AVANÇOS DO SISTEMA FOTOVOLTAICO NO BRASIL

Figura 1: Sistema fotovoltaico integrado ao telhado

Até poucos anos atrás, a estrutura do sistema energético brasileiro era centralizada, ou seja, os consumidores dependiam, quase que exclusivamente, das companhias de geração de energia hidrelétrica, resultando em um estrangulamento de oferta devido a grande demanda. Diante disso, houve um esforço dos órgãos governamentais para regulamentar a geração distribuída de energia elétrica, e assim, abrir as portas para a diversificação e descentralização do setor.

Esse esforço resultou na criação da “Resolução Normativa 482/2012”, pela Agência Nacional de Energia Elétrica (Aneel), em abril de 2012, que aprova o uso de sistemas de geração de energia elétrica conectados às redes de distribuição. O novo marco regulatório permite que os pequenos produtores de energia ganhem créditos em suas contas de luz quando a produção excede o consumo, o que torna vantajoso devido ao fato dos preços da eletricidade no Brasil estarem entre os mais altos do mundo. Este regulamento é especialmente promissor para tecnologias fotovoltaicas, que geram energia elétrica através da luminosidade do Sol, visto que os pequenos sistemas podem ser instalados nos telhados das residências e comércios e facilmente conectados à rede. Além disso, a combinação de um ambiente regulatório a longo prazo e uma elevada radiação solar no território nacional, preparam o caminho para o avanço da produção de eletricidade fotovoltaica.

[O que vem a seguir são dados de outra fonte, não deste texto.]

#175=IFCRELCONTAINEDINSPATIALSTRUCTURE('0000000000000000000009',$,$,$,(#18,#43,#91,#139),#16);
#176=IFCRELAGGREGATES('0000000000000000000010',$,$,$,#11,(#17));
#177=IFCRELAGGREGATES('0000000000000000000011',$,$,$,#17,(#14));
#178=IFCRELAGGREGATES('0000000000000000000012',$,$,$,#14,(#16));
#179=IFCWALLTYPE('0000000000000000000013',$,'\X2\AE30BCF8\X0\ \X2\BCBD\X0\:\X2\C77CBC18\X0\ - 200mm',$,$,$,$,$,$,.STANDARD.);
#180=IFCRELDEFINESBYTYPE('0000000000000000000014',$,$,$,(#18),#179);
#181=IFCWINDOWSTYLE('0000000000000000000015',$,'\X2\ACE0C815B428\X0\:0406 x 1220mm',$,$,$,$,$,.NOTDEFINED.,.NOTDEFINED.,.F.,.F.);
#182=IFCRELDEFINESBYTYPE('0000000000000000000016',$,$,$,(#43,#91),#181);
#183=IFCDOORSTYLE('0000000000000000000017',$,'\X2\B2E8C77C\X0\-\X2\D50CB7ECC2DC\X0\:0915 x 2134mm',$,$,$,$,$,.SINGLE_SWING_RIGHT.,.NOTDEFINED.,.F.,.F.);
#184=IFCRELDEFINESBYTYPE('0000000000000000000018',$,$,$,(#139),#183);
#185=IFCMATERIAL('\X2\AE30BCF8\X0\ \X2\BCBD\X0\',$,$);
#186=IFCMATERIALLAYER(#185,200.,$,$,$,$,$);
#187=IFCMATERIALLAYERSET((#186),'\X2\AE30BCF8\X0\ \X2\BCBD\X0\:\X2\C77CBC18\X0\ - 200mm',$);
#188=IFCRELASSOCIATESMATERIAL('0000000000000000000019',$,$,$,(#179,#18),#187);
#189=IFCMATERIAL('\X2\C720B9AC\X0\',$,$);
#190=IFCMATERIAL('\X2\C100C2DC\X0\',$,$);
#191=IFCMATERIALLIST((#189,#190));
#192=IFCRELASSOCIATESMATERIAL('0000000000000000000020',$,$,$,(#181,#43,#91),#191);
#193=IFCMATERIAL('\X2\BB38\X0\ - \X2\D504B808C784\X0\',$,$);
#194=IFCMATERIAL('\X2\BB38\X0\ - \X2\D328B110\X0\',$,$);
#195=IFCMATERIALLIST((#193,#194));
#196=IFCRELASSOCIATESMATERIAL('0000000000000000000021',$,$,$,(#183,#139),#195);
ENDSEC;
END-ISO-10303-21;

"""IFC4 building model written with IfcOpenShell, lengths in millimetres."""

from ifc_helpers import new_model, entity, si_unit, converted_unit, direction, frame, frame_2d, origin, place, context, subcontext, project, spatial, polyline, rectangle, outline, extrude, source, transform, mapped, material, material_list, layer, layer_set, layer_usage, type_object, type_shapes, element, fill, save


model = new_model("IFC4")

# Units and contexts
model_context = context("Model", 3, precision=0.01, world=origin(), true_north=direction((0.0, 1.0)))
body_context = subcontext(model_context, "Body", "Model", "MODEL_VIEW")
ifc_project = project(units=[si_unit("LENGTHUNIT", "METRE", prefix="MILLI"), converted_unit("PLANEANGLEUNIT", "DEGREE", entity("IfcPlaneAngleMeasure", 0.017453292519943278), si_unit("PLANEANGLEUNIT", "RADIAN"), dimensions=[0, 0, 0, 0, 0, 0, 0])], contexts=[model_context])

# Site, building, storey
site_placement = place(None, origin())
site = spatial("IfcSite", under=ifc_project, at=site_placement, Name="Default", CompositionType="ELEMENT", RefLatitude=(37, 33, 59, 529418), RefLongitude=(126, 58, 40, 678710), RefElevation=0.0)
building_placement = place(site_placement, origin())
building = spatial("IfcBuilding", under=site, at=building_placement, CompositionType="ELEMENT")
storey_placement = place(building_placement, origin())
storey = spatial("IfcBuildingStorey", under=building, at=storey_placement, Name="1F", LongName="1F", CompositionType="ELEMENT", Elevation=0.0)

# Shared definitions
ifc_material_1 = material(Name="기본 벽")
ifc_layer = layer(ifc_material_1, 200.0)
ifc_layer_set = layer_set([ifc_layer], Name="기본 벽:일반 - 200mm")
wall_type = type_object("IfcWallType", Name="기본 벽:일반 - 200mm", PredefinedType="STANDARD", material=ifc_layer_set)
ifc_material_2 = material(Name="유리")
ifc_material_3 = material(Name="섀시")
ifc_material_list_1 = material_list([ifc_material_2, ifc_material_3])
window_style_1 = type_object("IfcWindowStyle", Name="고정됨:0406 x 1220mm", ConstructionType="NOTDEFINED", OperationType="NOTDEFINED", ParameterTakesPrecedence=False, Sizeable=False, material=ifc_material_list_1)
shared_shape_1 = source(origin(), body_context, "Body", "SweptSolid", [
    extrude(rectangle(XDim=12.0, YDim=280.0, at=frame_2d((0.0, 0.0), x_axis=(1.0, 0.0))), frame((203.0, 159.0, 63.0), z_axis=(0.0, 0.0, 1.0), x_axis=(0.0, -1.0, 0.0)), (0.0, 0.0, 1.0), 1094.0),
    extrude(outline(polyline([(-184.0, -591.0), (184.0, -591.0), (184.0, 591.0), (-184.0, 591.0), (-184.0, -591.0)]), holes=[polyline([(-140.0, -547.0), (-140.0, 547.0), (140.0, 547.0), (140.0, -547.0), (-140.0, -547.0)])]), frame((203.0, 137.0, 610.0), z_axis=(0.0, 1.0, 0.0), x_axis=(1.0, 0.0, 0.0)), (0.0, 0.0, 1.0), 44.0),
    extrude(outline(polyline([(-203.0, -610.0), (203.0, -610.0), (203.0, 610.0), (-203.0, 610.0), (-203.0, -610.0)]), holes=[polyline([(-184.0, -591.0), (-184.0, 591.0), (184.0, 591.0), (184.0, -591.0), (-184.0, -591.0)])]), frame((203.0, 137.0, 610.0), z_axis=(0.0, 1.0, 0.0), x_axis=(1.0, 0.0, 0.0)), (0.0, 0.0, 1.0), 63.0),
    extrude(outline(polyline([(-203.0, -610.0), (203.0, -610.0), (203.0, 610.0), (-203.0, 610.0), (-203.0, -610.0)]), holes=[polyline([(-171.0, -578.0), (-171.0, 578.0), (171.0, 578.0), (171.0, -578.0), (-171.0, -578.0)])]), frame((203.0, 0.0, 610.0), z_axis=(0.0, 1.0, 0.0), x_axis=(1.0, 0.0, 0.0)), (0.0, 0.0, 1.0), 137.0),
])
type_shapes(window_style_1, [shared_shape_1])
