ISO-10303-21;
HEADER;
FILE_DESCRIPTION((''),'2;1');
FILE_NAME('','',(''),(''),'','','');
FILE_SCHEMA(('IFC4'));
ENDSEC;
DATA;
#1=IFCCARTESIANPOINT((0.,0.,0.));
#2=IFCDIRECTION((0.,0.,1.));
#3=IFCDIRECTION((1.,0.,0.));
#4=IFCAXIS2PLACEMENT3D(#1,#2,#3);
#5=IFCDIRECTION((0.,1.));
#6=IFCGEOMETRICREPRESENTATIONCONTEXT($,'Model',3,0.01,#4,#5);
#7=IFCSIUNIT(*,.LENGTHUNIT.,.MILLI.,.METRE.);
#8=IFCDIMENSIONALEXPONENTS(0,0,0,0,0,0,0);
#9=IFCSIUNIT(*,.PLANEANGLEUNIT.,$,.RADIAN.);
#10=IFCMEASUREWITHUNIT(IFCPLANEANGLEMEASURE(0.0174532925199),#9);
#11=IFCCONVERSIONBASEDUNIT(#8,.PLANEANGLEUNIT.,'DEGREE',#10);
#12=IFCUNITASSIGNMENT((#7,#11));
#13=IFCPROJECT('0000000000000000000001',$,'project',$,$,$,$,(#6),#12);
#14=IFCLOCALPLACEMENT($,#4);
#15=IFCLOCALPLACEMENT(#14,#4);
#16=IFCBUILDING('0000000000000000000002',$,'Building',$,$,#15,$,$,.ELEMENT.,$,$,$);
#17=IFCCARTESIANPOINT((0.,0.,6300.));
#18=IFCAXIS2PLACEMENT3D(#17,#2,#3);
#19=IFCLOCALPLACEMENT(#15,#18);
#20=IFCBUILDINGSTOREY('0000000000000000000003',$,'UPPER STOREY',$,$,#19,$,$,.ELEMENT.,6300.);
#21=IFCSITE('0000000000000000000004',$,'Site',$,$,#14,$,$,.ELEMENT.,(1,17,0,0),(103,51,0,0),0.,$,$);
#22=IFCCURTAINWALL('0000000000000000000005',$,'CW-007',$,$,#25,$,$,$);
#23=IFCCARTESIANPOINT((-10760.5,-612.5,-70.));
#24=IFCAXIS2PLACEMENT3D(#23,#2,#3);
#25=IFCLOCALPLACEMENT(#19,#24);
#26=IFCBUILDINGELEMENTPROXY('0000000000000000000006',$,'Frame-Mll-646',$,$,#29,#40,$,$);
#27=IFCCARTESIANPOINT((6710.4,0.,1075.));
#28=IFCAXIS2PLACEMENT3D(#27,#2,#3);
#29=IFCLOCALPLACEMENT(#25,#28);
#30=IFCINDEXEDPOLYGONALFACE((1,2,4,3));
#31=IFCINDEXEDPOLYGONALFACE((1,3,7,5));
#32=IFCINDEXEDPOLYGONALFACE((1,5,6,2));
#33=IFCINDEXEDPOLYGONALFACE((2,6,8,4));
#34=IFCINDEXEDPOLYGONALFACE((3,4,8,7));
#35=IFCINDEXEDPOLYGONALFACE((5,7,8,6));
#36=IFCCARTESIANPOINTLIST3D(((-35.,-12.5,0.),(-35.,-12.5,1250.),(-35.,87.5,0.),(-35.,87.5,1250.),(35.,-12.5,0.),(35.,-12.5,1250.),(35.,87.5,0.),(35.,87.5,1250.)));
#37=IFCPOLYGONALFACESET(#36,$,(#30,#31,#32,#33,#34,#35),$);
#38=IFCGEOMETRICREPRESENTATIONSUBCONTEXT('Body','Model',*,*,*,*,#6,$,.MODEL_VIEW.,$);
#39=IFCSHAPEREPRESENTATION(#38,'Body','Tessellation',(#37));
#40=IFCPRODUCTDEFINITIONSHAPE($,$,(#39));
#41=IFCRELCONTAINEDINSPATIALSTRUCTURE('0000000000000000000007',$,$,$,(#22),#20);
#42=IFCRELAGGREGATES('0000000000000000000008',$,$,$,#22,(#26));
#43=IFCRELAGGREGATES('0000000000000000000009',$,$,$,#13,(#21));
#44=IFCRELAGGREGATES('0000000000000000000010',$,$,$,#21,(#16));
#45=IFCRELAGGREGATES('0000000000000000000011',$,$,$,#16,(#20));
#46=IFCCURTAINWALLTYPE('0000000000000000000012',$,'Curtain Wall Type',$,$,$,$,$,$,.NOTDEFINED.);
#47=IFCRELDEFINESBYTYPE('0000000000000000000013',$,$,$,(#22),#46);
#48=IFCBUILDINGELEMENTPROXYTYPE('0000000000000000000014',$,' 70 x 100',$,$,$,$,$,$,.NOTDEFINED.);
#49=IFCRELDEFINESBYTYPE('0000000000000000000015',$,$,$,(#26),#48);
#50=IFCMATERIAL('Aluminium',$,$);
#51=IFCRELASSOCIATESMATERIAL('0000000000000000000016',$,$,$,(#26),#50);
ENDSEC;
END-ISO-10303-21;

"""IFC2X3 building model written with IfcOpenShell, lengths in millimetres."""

from ifc_helpers import new_model, entity, si_unit, converted_unit, direction, frame, origin_with_axes, place, context, subcontext, project, spatial, polyline, outline, extrude, material, type_object, element, aggregate, save


model = new_model("IFC2X3")

# Units and contexts
model_context = context("Model", 3, precision=0.01, world=origin_with_axes(), true_north=direction((0.0, 1.0)))
body_context = subcontext(model_context, "Body", "Model", "MODEL_VIEW")
ifc_project = project(units=[si_unit("LENGTHUNIT", "METRE", prefix="MILLI"), converted_unit("PLANEANGLEUNIT", "DEGREE", entity("IfcPlaneAngleMeasure", 0.0174532925199), si_unit("PLANEANGLEUNIT", "RADIAN"), dimensions=[0, 0, 0, 0, 0, 0, 0])], contexts=[model_context])

# Site, building, storey
site_placement = place(None, origin_with_axes())
site = spatial("IfcSite", under=ifc_project, at=site_placement, Name="Site", CompositionType="ELEMENT", RefLatitude=(1, 17, 0, 0), RefLongitude=(103, 51, 0, 0), RefElevation=0.0)
building_placement = place(site_placement, origin_with_axes())
building = spatial("IfcBuilding", under=site, at=building_placement, Name="Building", CompositionType="ELEMENT")
storey_placement = place(building_placement, frame((0.0, 0.0, 6300.0), z_axis=(0.0, 0.0, 1.0), x_axis=(1.0, 0.0, 0.0)))
storey = spatial("IfcBuildingStorey", under=building, at=storey_placement, Name="UPPER STOREY", CompositionType="ELEMENT", Elevation=6300.0)

# Curtain wall, building element proxy
curtain_wall_type = type_object("IfcCurtainWallType", Name="Curtain Wall Type", PredefinedType="NOTDEFINED")
curtain_wall_placement = place(storey_placement, frame((-10760.5, -612.5, -70.0), z_axis=(0.0, 0.0, 1.0), x_axis=(1.0, 0.0, 0.0)))
curtain_wall = element("IfcCurtainWall", 1, at=curtain_wall_placement, inside=storey, type_object=curtain_wall_type, Name="CW-007")
ifc_material_1 = material(Name="Aluminium")
building_element_proxy_type_1 = type_object("IfcBuildingElementProxyType", Name=" 70 x 100", PredefinedType="NOTDEFINED")
proxy_1_placement = place(curtain_wall_placement, frame((6710.4, 0.0, 1075.0), z_axis=(0.0, 0.0, 1.0), x_axis=(1.0, 0.0, 0.0)))
proxy_1 = element("IfcBuildingElementProxy", 2, at=proxy_1_placement, type_object=building_element_proxy_type_1, material=ifc_material_1, Name="Frame-Mll-646", context=body_context, shape_type="SweptSolid", body=[
    extrude(outline(polyline([(35.0, 87.5), (-35.0, 87.5), (-35.0, -12.5), (35.0, -12.5), (35.0, 87.5)])), frame((0.0, 0.0, 0.0), z_axis=(0.0, 0.0, 1.0), x_axis=(1.0, 0.0, 0.0)), (0.0, 0.0, 1.0), 1250.0),
])
aggregate(curtain_wall, [proxy_1])

save(model, "model.ifc")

Em uma audiência pública realizada pela ANEEL em novembro de 2015, foi aprovada a Resolução Normativa nº 687/2015, que altera a Resolução Normativa nº 482/2012. Em suma, a ANEEL tornou mais fácil para pessoas e empresas gerar energia própria a partir de fontes renováveis. Veja quais foram as principais mudanças:

• Passa a ser considerado como minigeração a geração de até 75 kW de potência instalada. E para minigeração, até 5 MW;

• Os créditos gerados poderão ser compensados em um prazo de até 60 meses;

• Redução do prazo de processamento de pedidos de acesso pelas empresas de distribuição de eletricidade;

• Padronização de formulários de inscrição de acesso para todo o território nacional;

• O consumidor que possui outras instalações em seu CPF, poderá utilizar os créditos excedentes para compensar nessas unidades, modalidade denominada como “autoconsumo remoto”;

• Passa a ser possível a geração compartilhada, cujo objetivo é permitir que partes interessadas se unam em um consórcio ou cooperativa, e instalem um sistema de micro ou minigeração distribuída, visando a produção própria de energia, e compensada em forma de cotas entre as partes associadas.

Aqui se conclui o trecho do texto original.